*** Dataset excerpts ***

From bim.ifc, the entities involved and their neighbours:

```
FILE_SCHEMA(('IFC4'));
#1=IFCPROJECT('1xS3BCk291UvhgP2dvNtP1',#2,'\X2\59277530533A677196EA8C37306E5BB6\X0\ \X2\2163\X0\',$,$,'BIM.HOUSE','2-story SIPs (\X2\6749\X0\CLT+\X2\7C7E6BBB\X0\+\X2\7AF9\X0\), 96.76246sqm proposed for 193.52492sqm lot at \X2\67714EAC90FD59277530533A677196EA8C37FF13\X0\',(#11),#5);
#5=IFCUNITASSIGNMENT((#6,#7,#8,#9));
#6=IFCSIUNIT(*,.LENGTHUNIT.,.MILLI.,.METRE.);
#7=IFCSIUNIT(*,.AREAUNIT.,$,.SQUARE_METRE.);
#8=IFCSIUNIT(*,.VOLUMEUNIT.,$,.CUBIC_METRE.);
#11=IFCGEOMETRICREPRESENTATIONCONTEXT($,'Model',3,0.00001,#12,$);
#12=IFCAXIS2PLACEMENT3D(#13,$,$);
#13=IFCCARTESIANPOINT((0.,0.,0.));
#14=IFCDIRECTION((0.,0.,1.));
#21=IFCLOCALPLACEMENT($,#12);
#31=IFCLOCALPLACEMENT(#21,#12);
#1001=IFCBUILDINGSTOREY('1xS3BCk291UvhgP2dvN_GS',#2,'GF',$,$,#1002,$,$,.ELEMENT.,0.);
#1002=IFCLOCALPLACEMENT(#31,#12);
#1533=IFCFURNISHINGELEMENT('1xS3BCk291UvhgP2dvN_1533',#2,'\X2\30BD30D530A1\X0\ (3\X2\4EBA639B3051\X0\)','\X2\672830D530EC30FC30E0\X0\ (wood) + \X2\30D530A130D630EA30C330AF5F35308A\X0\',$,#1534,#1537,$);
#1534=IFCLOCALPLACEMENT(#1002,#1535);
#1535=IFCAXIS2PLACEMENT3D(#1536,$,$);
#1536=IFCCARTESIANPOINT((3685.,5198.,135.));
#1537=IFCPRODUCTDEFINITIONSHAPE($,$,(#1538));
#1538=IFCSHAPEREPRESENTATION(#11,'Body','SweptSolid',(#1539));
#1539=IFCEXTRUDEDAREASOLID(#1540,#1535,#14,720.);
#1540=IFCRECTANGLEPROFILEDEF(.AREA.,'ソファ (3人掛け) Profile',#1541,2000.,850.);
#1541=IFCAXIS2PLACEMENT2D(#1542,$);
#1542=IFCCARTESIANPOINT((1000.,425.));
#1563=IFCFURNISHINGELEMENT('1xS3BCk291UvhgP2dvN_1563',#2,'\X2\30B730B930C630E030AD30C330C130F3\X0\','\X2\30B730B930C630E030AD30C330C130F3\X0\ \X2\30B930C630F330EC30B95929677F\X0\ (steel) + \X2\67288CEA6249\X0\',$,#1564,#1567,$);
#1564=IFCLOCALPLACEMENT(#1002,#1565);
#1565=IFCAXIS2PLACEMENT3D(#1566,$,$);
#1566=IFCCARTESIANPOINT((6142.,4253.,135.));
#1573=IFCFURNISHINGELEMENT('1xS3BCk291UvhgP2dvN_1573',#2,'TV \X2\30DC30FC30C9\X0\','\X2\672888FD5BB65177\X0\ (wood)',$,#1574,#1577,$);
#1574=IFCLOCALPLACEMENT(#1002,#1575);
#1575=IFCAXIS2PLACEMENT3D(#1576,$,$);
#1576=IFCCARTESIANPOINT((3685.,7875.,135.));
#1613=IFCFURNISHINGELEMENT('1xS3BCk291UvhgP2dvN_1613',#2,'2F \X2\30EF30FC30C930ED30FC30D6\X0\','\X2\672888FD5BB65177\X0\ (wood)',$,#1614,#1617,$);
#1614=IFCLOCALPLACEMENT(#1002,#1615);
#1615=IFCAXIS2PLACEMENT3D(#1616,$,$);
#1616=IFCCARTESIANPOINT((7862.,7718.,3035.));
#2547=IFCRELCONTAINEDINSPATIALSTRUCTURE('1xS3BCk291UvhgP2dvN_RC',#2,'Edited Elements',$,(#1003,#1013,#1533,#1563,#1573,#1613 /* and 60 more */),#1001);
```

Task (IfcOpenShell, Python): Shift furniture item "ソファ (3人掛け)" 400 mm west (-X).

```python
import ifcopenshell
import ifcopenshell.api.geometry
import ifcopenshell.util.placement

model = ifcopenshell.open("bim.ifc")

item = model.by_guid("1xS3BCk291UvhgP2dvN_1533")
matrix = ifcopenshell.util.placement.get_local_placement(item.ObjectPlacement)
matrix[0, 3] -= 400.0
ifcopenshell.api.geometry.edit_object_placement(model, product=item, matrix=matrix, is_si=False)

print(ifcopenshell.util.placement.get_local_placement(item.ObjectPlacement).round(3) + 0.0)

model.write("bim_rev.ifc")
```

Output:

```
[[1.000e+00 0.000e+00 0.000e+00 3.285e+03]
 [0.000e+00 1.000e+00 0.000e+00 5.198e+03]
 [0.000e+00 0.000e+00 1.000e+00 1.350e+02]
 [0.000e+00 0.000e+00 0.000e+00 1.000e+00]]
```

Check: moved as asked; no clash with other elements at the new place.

*** End of Dataset excerpts ***

• [What to produce]:
What you write must match the records above exactly, line for line.

• [The answer]:
From bim.ifc, the entities involved and their neighbours:

```
FILE_SCHEMA(('IFC4'));
#1=IFCPROJECT('1xS3BCk291UvhgP2dvNtP1',#2,'\X2\59277530533A677196EA8C37306E5BB6\X0\ \X2\2163\X0\',$,$,'BIM.HOUSE','2-story SIPs (\X2\6749\X0\CLT+\X2\7C7E6BBB\X0\+\X2\7AF9\X0\), 96.76246sqm proposed for 193.52492sqm lot at \X2\67714EAC90FD59277530533A677196EA8C37FF13\X0\',(#11),#5);
#5=IFCUNITASSIGNMENT((#6,#7,#8,#9));
#6=IFCSIUNIT(*,.LENGTHUNIT.,.MILLI.,.METRE.);
#7=IFCSIUNIT(*,.AREAUNIT.,$,.SQUARE_METRE.);
#8=IFCSIUNIT(*,.VOLUMEUNIT.,$,.CUBIC_METRE.);
#11=IFCGEOMETRICREPRESENTATIONCONTEXT($,'Model',3,0.00001,#12,$);
#12=IFCAXIS2PLACEMENT3D(#13,$,$);
#13=IFCCARTESIANPOINT((0.,0.,0.));
#14=IFCDIRECTION((0.,0.,1.));
#21=IFCLOCALPLACEMENT($,#12);
#31=IFCLOCALPLACEMENT(#21,#12);
#1001=IFCBUILDINGSTOREY('1xS3BCk291UvhgP2dvN_GS',#2,'GF',$,$,#1002,$,$,.ELEMENT.,0.);
#1002=IFCLOCALPLACEMENT(#31,#12);
#1533=IFCFURNISHINGELEMENT('1xS3BCk291UvhgP2dvN_1533',#2,'\X2\30BD30D530A1\X0\ (3\X2\4EBA639B3051\X0\)','\X2\672830D530EC30FC30E0\X0\ (wood) + \X2\30D530A130D630EA30C330AF5F35308A\X0\',$,#1534,#1537,$);
#1534=IFCLOCALPLACEMENT(#1002,#1535);
#1535=IFCAXIS2PLACEMENT3D(#1536,$,$);
#1536=IFCCARTESIANPOINT((3685.,5198.,135.));
#1537=IFCPRODUCTDEFINITIONSHAPE($,$,(#1538));
#1538=IFCSHAPEREPRESENTATION(#11,'Body','SweptSolid',(#1539));
#1539=IFCEXTRUDEDAREASOLID(#1540,#1535,#14,720.);
#1540=IFCRECTANGLEPROFILEDEF(.AREA.,'ソファ (3人掛け) Profile',#1541,2000.,850.);
#1541=IFCAXIS2PLACEMENT2D(#1542,$);
#1542=IFCCARTESIANPOINT((1000.,425.));
#1563=IFCFURNISHINGELEMENT('1xS3BCk291UvhgP2dvN_1563',#2,'\X2\30B730B930C630E030AD30C330C130F3\X0\','\X2\30B730B930C630E030AD30C330C130F3\X0\ \X2\30B930C630F330EC30B95929677F\X0\ (steel) + \X2\67288CEA6249\X0\',$,#1564,#1567,$);
#1564=IFCLOCALPLACEMENT(#1002,#1565);
#1565=IFCAXIS2PLACEMENT3D(#1566,$,$);
#1566=IFCCARTESIANPOINT((6142.,4253.,135.));
#1573=IFCFURNISHINGELEMENT('1xS3BCk291UvhgP2dvN_1573',#2,'TV \X2\30DC30FC30C9\X0\','\X2\672888FD5BB65177\X0\ (wood)',$,#1574,#1577,$);
#1574=IFCLOCALPLACEMENT(#1002,#1575);
#1575=IFCAXIS2PLACEMENT3D(#1576,$,$);
#1576=IFCCARTESIANPOINT((3685.,7875.,135.));
#1613=IFCFURNISHINGELEMENT('1xS3BCk291UvhgP2dvN_1613',#2,'2F \X2\30EF30FC30C930ED30FC30D6\X0\','\X2\672888FD5BB65177\X0\ (wood)',$,#1614,#1617,$);
#1614=IFCLOCALPLACEMENT(#1002,#1615);
#1615=IFCAXIS2PLACEMENT3D(#1616,$,$);
#1616=IFCCARTESIANPOINT((7862.,7718.,3035.));
#2547=IFCRELCONTAINEDINSPATIALSTRUCTURE('1xS3BCk291UvhgP2dvN_RC',#2,'Edited Elements',$,(#1003,#1013,#1533,#1563,#1573,#1613 /* and 60 more */),#1001);
```

Task (IfcOpenShell, Python): Shift furniture item "ソファ (3人掛け)" 400 mm west (-X).

```python
import ifcopenshell
import ifcopenshell.api.geometry
import ifcopenshell.util.placement

model = ifcopenshell.open("bim.ifc")

item = model.by_guid("1xS3BCk291UvhgP2dvN_1533")
matrix = ifcopenshell.util.placement.get_local_placement(item.ObjectPlacement)
matrix[0, 3] -= 400.0
ifcopenshell.api.geometry.edit_object_placement(model, product=item, matrix=matrix, is_si=False)

print(ifcopenshell.util.placement.get_local_placement(item.ObjectPlacement).round(3) + 0.0)

model.write("bim_rev.ifc")
```

Output:

```
[[1.000e+00 0.000e+00 0.000e+00 3.285e+03]
 [0.000e+00 1.000e+00 0.000e+00 5.198e+03]
 [0.000e+00 0.000e+00 1.000e+00 1.350e+02]
 [0.000e+00 0.000e+00 0.000e+00 1.000e+00]]
```

Check: moved as asked; no clash with other elements at the new place.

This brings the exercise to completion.